変化と不変。



先日懐かしい夢を見た。レオくんとの昔の記憶。その夢を見た時に一緒に思い出したこと。あたしは故郷を出た人間、いわば追放された者。戻ることは許されない、それが里を出る時、交わされた最後の約束。



(それなのに、…)


燐に会えて、また受け入れてもらえて舞い上がっていた。忘れていた、今は昔じゃない。昔は今じゃない。全てが違う、同じように錯覚していて、ふと思い出すのは現実。

月日は経った。あたしは大人になり、燐もまた大人になった。そして故郷を出て、アイドルになった。所属だって、立ち位置だっていろいろ違う。ずっと一緒にいたはずなのに、あの日を境に違う時間を過ごしてきた。身長も体格も声だって変わった。まあ、変わったのは見た目だけじゃない。中身だって、考え方だって、

(こんなんじゃ…だめだよなあ)


ふとした時、いろんなことが不安になるのだ。














遡ること数日前。

「今回、主役をやらせていただきます、水城優希です。ダブル主演ということで、至らない点もあるかと思いますが、精一杯努めさせてもらいます、よろしくお願いします。」

とある舞台の出演が決まったこともあり、顔合わせに参加していた。それぞれ役名と自分の名前、簡単な挨拶をしていく流れで、あたしは自分の順番を終えると、ほっと一息をつきながらパイプ椅子に座る。
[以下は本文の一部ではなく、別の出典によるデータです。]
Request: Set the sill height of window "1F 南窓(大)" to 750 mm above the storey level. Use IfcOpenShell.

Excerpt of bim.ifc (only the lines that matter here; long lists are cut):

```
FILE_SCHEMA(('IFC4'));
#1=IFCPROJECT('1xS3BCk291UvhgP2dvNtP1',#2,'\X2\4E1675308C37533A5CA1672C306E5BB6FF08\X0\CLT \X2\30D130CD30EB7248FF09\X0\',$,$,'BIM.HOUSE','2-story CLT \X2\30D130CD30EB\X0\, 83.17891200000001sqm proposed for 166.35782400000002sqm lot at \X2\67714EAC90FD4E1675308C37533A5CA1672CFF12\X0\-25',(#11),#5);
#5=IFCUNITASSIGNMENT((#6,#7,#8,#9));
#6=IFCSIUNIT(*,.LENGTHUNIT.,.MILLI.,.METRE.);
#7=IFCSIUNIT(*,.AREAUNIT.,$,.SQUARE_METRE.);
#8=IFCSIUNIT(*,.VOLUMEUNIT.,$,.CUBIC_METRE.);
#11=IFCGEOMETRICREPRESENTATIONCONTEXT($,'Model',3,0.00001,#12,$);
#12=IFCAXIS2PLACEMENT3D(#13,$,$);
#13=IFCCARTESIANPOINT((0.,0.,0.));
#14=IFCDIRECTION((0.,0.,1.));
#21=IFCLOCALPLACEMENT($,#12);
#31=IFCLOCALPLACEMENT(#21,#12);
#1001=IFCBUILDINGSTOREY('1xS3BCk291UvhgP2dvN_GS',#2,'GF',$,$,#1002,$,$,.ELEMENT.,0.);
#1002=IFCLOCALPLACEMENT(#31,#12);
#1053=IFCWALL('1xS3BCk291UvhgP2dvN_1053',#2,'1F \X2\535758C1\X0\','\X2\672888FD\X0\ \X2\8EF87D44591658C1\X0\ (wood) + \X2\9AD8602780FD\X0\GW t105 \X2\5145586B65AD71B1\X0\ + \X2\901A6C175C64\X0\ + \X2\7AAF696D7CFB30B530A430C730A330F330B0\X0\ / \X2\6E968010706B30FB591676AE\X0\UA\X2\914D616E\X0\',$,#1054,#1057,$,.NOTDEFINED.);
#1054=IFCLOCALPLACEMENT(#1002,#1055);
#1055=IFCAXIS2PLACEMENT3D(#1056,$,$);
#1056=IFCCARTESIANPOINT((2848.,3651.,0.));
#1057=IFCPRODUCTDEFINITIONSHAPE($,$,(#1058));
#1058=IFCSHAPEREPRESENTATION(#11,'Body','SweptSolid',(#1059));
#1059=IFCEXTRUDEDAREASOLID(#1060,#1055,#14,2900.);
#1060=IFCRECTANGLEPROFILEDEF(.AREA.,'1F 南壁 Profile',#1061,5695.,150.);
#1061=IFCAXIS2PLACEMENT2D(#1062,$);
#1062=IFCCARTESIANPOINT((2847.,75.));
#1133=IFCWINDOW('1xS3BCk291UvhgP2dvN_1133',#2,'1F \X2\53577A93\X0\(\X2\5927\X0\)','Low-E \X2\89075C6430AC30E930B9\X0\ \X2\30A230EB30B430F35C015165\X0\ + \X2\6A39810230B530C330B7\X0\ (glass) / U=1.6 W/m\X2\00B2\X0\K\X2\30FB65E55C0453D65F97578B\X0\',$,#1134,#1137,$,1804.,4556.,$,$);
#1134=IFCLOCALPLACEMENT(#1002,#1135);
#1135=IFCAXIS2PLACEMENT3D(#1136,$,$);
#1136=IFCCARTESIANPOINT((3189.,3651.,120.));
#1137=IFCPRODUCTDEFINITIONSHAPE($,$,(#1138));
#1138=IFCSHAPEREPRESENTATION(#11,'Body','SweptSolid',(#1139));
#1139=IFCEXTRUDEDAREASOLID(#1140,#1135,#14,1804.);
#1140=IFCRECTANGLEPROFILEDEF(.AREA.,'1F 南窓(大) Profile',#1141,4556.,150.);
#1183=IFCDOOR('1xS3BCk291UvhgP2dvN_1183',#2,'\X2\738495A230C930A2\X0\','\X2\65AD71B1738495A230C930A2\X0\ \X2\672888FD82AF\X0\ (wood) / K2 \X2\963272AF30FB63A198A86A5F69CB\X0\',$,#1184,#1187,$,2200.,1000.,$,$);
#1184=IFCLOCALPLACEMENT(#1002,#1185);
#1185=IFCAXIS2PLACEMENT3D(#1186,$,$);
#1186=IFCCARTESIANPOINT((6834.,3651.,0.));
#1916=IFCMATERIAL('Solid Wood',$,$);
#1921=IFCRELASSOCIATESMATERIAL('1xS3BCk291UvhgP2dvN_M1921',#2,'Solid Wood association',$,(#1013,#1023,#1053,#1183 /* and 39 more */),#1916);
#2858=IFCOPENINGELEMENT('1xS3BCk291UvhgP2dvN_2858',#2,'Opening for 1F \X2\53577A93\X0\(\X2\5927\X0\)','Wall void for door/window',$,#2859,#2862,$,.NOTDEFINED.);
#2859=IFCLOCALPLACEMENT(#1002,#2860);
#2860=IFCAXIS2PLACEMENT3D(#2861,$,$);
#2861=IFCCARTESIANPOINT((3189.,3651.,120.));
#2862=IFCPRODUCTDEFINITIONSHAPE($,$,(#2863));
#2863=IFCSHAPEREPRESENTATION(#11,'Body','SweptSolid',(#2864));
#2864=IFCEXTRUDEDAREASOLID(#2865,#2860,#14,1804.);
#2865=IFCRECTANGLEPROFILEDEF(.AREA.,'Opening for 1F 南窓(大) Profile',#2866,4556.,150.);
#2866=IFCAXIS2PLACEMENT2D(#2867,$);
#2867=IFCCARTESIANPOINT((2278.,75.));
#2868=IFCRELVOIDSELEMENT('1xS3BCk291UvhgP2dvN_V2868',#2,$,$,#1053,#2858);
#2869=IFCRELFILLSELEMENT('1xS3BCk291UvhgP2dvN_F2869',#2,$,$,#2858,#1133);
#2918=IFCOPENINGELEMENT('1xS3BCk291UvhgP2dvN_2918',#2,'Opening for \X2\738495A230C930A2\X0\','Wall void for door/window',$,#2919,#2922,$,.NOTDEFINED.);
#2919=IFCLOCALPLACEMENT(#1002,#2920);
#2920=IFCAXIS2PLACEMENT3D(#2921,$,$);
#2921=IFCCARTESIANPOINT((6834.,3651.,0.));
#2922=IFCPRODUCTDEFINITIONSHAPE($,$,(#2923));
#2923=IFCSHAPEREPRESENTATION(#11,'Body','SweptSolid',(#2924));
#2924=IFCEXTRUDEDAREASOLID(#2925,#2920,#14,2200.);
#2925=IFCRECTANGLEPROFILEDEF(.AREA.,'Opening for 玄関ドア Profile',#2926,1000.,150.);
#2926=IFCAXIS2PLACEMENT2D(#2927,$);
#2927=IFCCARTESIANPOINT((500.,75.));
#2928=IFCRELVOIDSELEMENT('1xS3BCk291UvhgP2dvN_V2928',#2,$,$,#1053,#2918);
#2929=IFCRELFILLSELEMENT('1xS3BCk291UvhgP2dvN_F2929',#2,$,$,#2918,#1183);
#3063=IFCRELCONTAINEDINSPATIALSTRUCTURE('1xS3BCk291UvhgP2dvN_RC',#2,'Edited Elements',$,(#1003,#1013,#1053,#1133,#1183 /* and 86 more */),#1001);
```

```python
import numpy as np
import ifcopenshell
import ifcopenshell.api.geometry
import ifcopenshell.geom
import ifcopenshell.util.element
import ifcopenshell.util.placement
import ifcopenshell.util.shape
import ifcopenshell.util.unit

model = ifcopenshell.open("bim.ifc")
unit_scale = ifcopenshell.util.unit.calculate_unit_scale(model)

window = model.by_id(1133)
opening = window.FillsVoids[0].RelatingOpeningElement
storey = ifcopenshell.util.element.get_container(window, ifc_class="IfcBuildingStorey")
level = ifcopenshell.util.placement.get_local_placement(storey.ObjectPlacement)[2, 3]

# The opening's origin need not be at the sill, so measure its lowest point.
shape = ifcopenshell.geom.create_shape(ifcopenshell.geom.settings(), opening)
bottom = ifcopenshell.util.shape.get_shape_bottom_elevation(shape, shape.geometry) / unit_scale
dz = level + 0.75 / unit_scale - bottom

shift = np.array([0.0, 0.0, dz])
# The window is not placed relative to its opening, so move both.
for product in (opening, window):
    matrix = ifcopenshell.util.placement.get_local_placement(product.ObjectPlacement)
    matrix[:3, 3] += shift
    ifcopenshell.api.geometry.edit_object_placement(model, product=product, matrix=matrix, is_si=False)

print(f"moved by {dz * unit_scale:+.3f} m")

model.write("bim_edited.ifc")
```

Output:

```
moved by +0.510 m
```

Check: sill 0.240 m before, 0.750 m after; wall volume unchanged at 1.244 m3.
手元には出演者やあらすじなどが書かれた紙と台本。ちらほらと見知った名前を横目にあらすじを読んでなんとも言えない気持ちになった。



「よろしくお願いしますね、水城さん」
「あ、うん、よろしくお願いします、漣くん」

もう一人の主役をやるのはコズプロの漣ジュンくん。顔合わせが終わり、身支度を整えていれば漣くんの方から挨拶に来てくれた。

「あたし、初めての主演だから、いろいろ足引っ張っちゃうかも知れないですけど」
「あ、水城さん」
「んー?」
「おれの方が年下なんで、敬語とかなしていいっすよぉ」
「ありがと、漣くんも敬語とかじゃなくていいよ」
「えっ、でも俺の方が下だし」
「いーのいーの、せっかくこれから一緒にやるんだし、ね」






そんな挨拶の後、いつものように家に来ていた燐にあった出来事を伝えていく。



「舞台の稽古が立て込むから」
「ふうん、じゃァ、しばらく会いにくいってことか」
「ごめんね、燐」
「仕方ないっしょ。仕事だしな。あんま無理すンなよ」


これが最近の中で一番最後に燐と出会った時のやりとりだった。ベットの上に転がり、台本を開く。




今回の舞台は、身分違いの恋愛についてのものだった。とある令嬢とその使用人は幼い頃より一緒に育ってきた。その中で令嬢は婚約の話が出る。令嬢は一緒に育ってきた使用人のことが好きだったからだ、そんな時に使用人とのお互いの気持ちを知るが、追い討ちをかけるように使用人の思いが周りにバレてしまい、面白く思わなかった婚約相手によって居場所を無くし、駆け落ちする話だった。よくあるベターなものと言えばそうなる。



(全てを捨てて相手と一緒にいるのは、あたしと違うところだな…)



正直言って、恋愛についての内容は得意ではない。恋愛というものがどんなものか、しっかりと自分が理解していないから。燐との関係を恋愛と繋げるべきか?昔から一緒にいて当たり前だったから、それが答えなのか確信がない。そう、当たり前すぎてわからない。あたしは全て、燐のためにあるだけだった。だから、どのように今回の舞台は演じて、表現すべきか、これが一番の課題になりそうだな、と思った。